▶ What is being asked
Would you please retype the records that follow, word for word?

Dataset records:
---------------

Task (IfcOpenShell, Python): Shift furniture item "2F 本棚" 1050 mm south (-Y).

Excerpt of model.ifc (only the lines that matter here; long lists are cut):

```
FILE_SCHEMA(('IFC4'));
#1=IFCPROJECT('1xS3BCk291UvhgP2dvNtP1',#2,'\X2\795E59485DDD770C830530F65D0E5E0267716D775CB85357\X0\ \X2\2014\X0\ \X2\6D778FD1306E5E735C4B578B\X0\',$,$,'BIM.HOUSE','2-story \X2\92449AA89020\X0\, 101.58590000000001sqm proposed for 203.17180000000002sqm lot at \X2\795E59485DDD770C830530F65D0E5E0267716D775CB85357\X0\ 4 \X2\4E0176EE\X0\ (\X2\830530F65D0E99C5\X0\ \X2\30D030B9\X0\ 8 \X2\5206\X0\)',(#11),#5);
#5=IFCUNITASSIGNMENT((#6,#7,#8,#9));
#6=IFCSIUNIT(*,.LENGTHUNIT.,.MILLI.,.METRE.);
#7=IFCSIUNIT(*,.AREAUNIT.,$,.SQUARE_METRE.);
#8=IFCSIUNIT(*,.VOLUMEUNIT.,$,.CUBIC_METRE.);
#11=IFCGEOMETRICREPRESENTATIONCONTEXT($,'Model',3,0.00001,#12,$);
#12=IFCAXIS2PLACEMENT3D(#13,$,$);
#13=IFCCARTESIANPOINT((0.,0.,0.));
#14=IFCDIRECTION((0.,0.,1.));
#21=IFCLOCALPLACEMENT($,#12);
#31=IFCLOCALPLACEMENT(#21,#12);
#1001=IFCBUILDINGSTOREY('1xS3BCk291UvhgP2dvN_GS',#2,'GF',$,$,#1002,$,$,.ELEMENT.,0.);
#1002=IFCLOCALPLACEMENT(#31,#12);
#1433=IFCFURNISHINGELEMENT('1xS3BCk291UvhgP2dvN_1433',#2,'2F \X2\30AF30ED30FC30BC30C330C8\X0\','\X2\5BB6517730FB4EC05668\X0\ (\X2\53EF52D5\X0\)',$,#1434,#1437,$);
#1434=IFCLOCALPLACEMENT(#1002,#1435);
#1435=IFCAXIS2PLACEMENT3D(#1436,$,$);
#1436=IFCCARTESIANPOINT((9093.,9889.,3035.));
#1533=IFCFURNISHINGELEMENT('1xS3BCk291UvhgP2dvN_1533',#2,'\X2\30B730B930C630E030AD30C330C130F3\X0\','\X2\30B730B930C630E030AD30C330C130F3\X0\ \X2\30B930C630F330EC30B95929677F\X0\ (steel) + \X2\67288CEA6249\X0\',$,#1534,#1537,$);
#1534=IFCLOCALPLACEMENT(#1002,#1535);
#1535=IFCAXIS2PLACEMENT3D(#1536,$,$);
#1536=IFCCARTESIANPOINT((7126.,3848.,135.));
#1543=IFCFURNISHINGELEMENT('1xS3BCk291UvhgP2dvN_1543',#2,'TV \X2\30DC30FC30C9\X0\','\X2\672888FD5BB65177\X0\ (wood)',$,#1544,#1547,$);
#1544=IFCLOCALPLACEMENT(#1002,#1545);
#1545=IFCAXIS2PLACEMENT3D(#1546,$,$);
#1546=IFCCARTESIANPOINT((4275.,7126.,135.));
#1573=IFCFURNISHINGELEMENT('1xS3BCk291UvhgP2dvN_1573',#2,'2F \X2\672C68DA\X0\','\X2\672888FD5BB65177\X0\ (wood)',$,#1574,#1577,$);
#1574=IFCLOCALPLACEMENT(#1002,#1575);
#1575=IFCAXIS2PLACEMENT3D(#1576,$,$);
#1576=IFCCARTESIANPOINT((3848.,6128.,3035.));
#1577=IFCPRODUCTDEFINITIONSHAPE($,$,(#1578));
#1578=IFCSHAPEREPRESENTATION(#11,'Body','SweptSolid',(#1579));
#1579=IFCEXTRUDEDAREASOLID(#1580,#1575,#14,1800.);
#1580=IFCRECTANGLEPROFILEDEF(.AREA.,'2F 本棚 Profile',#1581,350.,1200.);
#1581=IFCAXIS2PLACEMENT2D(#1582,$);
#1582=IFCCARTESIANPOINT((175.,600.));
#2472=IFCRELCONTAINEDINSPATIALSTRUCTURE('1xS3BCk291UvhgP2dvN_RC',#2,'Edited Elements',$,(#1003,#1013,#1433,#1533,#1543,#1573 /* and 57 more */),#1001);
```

```python
import ifcopenshell
import ifcopenshell.api.geometry
import ifcopenshell.util.placement

model = ifcopenshell.open("model.ifc")

item = model.by_guid("1xS3BCk291UvhgP2dvN_1573")
matrix = ifcopenshell.util.placement.get_local_placement(item.ObjectPlacement)
matrix[1, 3] -= 1050.0
ifcopenshell.api.geometry.edit_object_placement(model, product=item, matrix=matrix, is_si=False)

print(ifcopenshell.util.placement.get_local_placement(item.ObjectPlacement).round(3) + 0.0)

model.write("model_v2.ifc")
```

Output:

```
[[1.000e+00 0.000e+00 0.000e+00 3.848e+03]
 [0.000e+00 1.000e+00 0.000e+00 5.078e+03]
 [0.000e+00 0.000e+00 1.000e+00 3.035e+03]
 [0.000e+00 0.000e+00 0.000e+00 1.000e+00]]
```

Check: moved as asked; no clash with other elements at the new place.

---------------

▶ Your solution
Task (IfcOpenShell, Python): Shift furniture item "2F 本棚" 1050 mm south (-Y).

Excerpt of model.ifc (only the lines that matter here; long lists are cut):

```
FILE_SCHEMA(('IFC4'));
#1=IFCPROJECT('1xS3BCk291UvhgP2dvNtP1',#2,'\X2\795E59485DDD770C830530F65D0E5E0267716D775CB85357\X0\ \X2\2014\X0\ \X2\6D778FD1306E5E735C4B578B\X0\',$,$,'BIM.HOUSE','2-story \X2\92449AA89020\X0\, 101.58590000000001sqm proposed for 203.17180000000002sqm lot at \X2\795E59485DDD770C830530F65D0E5E0267716D775CB85357\X0\ 4 \X2\4E0176EE\X0\ (\X2\830530F65D0E99C5\X0\ \X2\30D030B9\X0\ 8 \X2\5206\X0\)',(#11),#5);
#5=IFCUNITASSIGNMENT((#6,#7,#8,#9));
#6=IFCSIUNIT(*,.LENGTHUNIT.,.MILLI.,.METRE.);
#7=IFCSIUNIT(*,.AREAUNIT.,$,.SQUARE_METRE.);
#8=IFCSIUNIT(*,.VOLUMEUNIT.,$,.CUBIC_METRE.);
#11=IFCGEOMETRICREPRESENTATIONCONTEXT($,'Model',3,0.00001,#12,$);
#12=IFCAXIS2PLACEMENT3D(#13,$,$);
#13=IFCCARTESIANPOINT((0.,0.,0.));
#14=IFCDIRECTION((0.,0.,1.));
#21=IFCLOCALPLACEMENT($,#12);
#31=IFCLOCALPLACEMENT(#21,#12);
#1001=IFCBUILDINGSTOREY('1xS3BCk291UvhgP2dvN_GS',#2,'GF',$,$,#1002,$,$,.ELEMENT.,0.);
#1002=IFCLOCALPLACEMENT(#31,#12);
#1433=IFCFURNISHINGELEMENT('1xS3BCk291UvhgP2dvN_1433',#2,'2F \X2\30AF30ED30FC30BC30C330C8\X0\','\X2\5BB6517730FB4EC05668\X0\ (\X2\53EF52D5\X0\)',$,#1434,#1437,$);
#1434=IFCLOCALPLACEMENT(#1002,#1435);
#1435=IFCAXIS2PLACEMENT3D(#1436,$,$);
#1436=IFCCARTESIANPOINT((9093.,9889.,3035.));
#1533=IFCFURNISHINGELEMENT('1xS3BCk291UvhgP2dvN_1533',#2,'\X2\30B730B930C630E030AD30C330C130F3\X0\','\X2\30B730B930C630E030AD30C330C130F3\X0\ \X2\30B930C630F330EC30B95929677F\X0\ (steel) + \X2\67288CEA6249\X0\',$,#1534,#1537,$);
#1534=IFCLOCALPLACEMENT(#1002,#1535);
#1535=IFCAXIS2PLACEMENT3D(#1536,$,$);
#1536=IFCCARTESIANPOINT((7126.,3848.,135.));
#1543=IFCFURNISHINGELEMENT('1xS3BCk291UvhgP2dvN_1543',#2,'TV \X2\30DC30FC30C9\X0\','\X2\672888FD5BB65177\X0\ (wood)',$,#1544,#1547,$);
#1544=IFCLOCALPLACEMENT(#1002,#1545);
#1545=IFCAXIS2PLACEMENT3D(#1546,$,$);
#1546=IFCCARTESIANPOINT((4275.,7126.,135.));
#1573=IFCFURNISHINGELEMENT('1xS3BCk291UvhgP2dvN_1573',#2,'2F \X2\672C68DA\X0\','\X2\672888FD5BB65177\X0\ (wood)',$,#1574,#1577,$);
#1574=IFCLOCALPLACEMENT(#1002,#1575);
#1575=IFCAXIS2PLACEMENT3D(#1576,$,$);
#1576=IFCCARTESIANPOINT((3848.,6128.,3035.));
#1577=IFCPRODUCTDEFINITIONSHAPE($,$,(#1578));
#1578=IFCSHAPEREPRESENTATION(#11,'Body','SweptSolid',(#1579));
#1579=IFCEXTRUDEDAREASOLID(#1580,#1575,#14,1800.);
#1580=IFCRECTANGLEPROFILEDEF(.AREA.,'2F 本棚 Profile',#1581,350.,1200.);
#1581=IFCAXIS2PLACEMENT2D(#1582,$);
#1582=IFCCARTESIANPOINT((175.,600.));
#2472=IFCRELCONTAINEDINSPATIALSTRUCTURE('1xS3BCk291UvhgP2dvN_RC',#2,'Edited Elements',$,(#1003,#1013,#1433,#1533,#1543,#1573 /* and 57 more */),#1001);
```

```python
import ifcopenshell
import ifcopenshell.api.geometry
import ifcopenshell.util.placement

model = ifcopenshell.open("model.ifc")

item = model.by_guid("1xS3BCk291UvhgP2dvN_1573")
matrix = ifcopenshell.util.placement.get_local_placement(item.ObjectPlacement)
matrix[1, 3] -= 1050.0
ifcopenshell.api.geometry.edit_object_placement(model, product=item, matrix=matrix, is_si=False)

print(ifcopenshell.util.placement.get_local_placement(item.ObjectPlacement).round(3) + 0.0)

model.write("model_v2.ifc")
```

Output:

```
[[1.000e+00 0.000e+00 0.000e+00 3.848e+03]
 [0.000e+00 1.000e+00 0.000e+00 5.078e+03]
 [0.000e+00 0.000e+00 1.000e+00 3.035e+03]
 [0.000e+00 0.000e+00 0.000e+00 1.000e+00]]
```

Check: moved as asked; no clash with other elements at the new place.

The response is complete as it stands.